How many successful spawns have you had doing this method? I've tried this Thai method a few times but I've never been successful. Plus its quite difficult to see under the bubble nest for eggs... but I guess using saran wrap will help as its transparent. I might try that next time  

What do you mean you condition the bettas for 12 hours before releasing them into the breeding tank? Usually it takes 1-2 weeks to condition the pair properly to fatten them ready for spawning.


----------



## BettaFishBreeder (May 20, 2013)

Hey alunjai!

The last three times i have been successful with this method. As for the conditioning, i guess everyone has their own methods, i usually don't prep them to much, as i plan on them being in the breeding tank together for around a week before i release the female. I also feed live food to them whether or not they are breeding, or condition. And since they are going to be in the tank for a week, i feed live food 1 every 2 days, and use a baster to suck out any garbage before they are released. The bubble nest is also just getting started as they have only been in the tank for the past 4-5 hours.


----------



## Clayton1089 (Apr 27, 2013)

So what would you call a CTxVT?


----------



## BettaFishBreeder (May 20, 2013)

Well, this is my first time breeding a Ct with a Vt so im not exactly sure! Hoping for some mixes!


----------



## Clayton1089 (Apr 27, 2013)

I'm trying to think what the mix would be called


----------



## BettaFishBreeder (May 20, 2013)

Ahh! It would be a comb tail!


----------



## Clayton1089 (Apr 27, 2013)

Oh ok haha


----------



## lilnaugrim (Mar 27, 2013)

Perhaps also some Halfsun's but I think that's HMxCT? Either way I'm excited to see what comes of it! Good luck and happy spawning


----------



## Clayton1089 (Apr 27, 2013)

You are correct lil


----------



## BettaFishBreeder (May 20, 2013)

Hey lilnaugrim!

Thanks! Happy spawning indeed


----------



## BettaFishBreeder (May 20, 2013)

Bad news  The male, rojo had finally finished his nest, and i went to get my net to drop in the female betta. Unfortunately i forgot to close the door, and one of my cats got in. He completely destroyed the nest, and gave the bettas quite a scare. I have switched them into a backup breeding tank, which i have not used before. It is a 1.5 gallon tank, and is taller more than wider. Luckily under a leaf, he has started a new nest. I'm just glad none of the bettas are injured!


----------



## Clayton1089 (Apr 27, 2013)

Wow I'm sorry:/ hope they won't be to shook up to spawn


----------



## BettaFishBreeder (May 20, 2013)

They seem back to themselves but im going to push the release back another day or so


----------



## Clayton1089 (Apr 27, 2013)

Good idea! Let them have a day to calm back down


----------



## BettaFishBreeder (May 20, 2013)

Yeah! Even if they're fine, it will give him another day to strengthen his bubble nest!


----------



## Clayton1089 (Apr 27, 2013)

For sure! Keep me updated


----------



## alunjai (Jul 29, 2012)

oh no I'm sorry to hear about that. Hope they're ok and you will get a spawn from them. 
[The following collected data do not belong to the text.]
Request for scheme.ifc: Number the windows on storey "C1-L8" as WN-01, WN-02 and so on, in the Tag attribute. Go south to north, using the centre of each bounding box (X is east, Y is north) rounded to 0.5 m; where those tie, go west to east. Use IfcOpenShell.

First a look at what the model holds.

```python
import ifcopenshell
import ifcopenshell.util.element
import ifcopenshell.util.placement

model = ifcopenshell.open("scheme.ifc")
print(model.schema)
storey = next(s for s in model.by_type("IfcBuildingStorey") if s.Name == "C1-L8")
windows = [e for e in ifcopenshell.util.element.get_decomposition(storey) if e.is_a("IfcWindow")]
for e in sorted(windows, key=lambda e: e.id()):
    origin = ifcopenshell.util.placement.get_local_placement(e.ObjectPlacement)[:3, 3]
    print(e.id(), e.Tag, e.Name, origin.round(2) + 0.0, sep=" | ")
```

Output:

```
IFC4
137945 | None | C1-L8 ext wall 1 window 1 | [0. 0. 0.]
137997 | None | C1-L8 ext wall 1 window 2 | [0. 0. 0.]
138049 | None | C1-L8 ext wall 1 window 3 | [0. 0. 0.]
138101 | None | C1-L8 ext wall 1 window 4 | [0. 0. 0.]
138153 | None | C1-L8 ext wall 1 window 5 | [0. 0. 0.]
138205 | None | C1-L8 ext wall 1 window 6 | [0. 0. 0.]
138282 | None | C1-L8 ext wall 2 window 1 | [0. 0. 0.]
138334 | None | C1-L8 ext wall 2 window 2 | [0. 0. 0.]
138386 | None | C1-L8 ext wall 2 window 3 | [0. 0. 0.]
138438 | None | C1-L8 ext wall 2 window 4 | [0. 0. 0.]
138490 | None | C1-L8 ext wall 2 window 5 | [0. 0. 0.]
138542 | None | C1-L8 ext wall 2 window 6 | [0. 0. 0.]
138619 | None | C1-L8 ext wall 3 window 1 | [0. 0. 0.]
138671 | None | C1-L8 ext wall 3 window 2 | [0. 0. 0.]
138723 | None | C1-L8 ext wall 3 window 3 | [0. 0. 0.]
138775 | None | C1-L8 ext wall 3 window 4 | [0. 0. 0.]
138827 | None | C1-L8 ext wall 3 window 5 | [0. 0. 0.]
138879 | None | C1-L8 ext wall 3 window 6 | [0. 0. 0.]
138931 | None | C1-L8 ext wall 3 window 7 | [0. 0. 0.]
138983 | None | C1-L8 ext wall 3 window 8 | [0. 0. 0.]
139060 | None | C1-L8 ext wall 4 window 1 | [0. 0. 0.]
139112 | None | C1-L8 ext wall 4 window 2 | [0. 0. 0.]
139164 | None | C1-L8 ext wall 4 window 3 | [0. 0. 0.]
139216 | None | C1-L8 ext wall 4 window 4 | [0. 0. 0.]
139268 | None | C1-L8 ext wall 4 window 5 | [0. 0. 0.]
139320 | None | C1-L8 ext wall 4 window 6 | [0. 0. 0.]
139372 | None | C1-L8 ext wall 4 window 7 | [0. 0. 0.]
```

```python
import ifcopenshell
import ifcopenshell.geom
import ifcopenshell.util.element
import ifcopenshell.util.shape

model = ifcopenshell.open("scheme.ifc")
settings = ifcopenshell.geom.settings()
settings.set("use-world-coords", True)


def centre(element):
    shape = ifcopenshell.geom.create_shape(settings, element)
    return ifcopenshell.util.shape.get_bbox_centroid(shape.geometry)


storey = next(s for s in model.by_type("IfcBuildingStorey") if s.Name == "C1-L8")
windows = [e for e in ifcopenshell.util.element.get_decomposition(storey) if e.is_a("IfcWindow")]

# Insertion points can sit at a corner or the storey origin, so sort by the geometry (in metres).
centres = {e: centre(e) for e in windows}
windows.sort(key=lambda e: (round(centres[e][1] / 0.5), centres[e][0]))

for i, e in enumerate(windows, start=1):
    number = f"WN-{i:02d}"
    e.Tag = number
    print(e.id(), number)

model.write("scheme_v2.ifc")
```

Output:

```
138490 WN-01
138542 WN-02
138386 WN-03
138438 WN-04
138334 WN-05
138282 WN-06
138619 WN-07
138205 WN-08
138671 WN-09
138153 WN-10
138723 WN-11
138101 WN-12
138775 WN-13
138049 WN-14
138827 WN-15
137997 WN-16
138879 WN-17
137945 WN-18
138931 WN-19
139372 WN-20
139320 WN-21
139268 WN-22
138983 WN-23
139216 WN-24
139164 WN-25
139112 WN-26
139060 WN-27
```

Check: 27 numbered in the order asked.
Ah right, I guess giving them live food regularly means you don't have to condition for too long..

Keep us updated with pics, if possible  

Good luck!!


----------



## Catw0man (Jan 24, 2013)

BettaFishBreeder said:


> Bad news  The male, rojo had finally finished his nest, and i went to get my net to drop in the female betta. Unfortunately i forgot to close the door, and one of my cats got in. He completely destroyed the nest, and gave the bettas quite a scare. I have switched them into a backup breeding tank, which i have not used before. It is a 1.5 gallon tank, and is taller more than wider. Luckily under a leaf, he has started a new nest. I'm just glad none of the bettas are injured!


Cats....they are what they are....at least the fishies are unharmed. I have a red CT named "Rojo"....lol. Good luck with your spawn!


----------



## crowntaillove3 (Dec 26, 2012)

Good luck! Any updates?


----------



## BettaFishBreeder (May 20, 2013)

Hey! Sorry for my lack of posts! Unfortunately, Rojo had stopped eating, and i was forced to isolate him completely. He is still not eating and im worried. Any way, i am about to start another thread, about my first time breeding bettas the more _Accepted Way_ in North America haha! It will be a red and silver male halfmoon plakat, and a female crowntail!


----------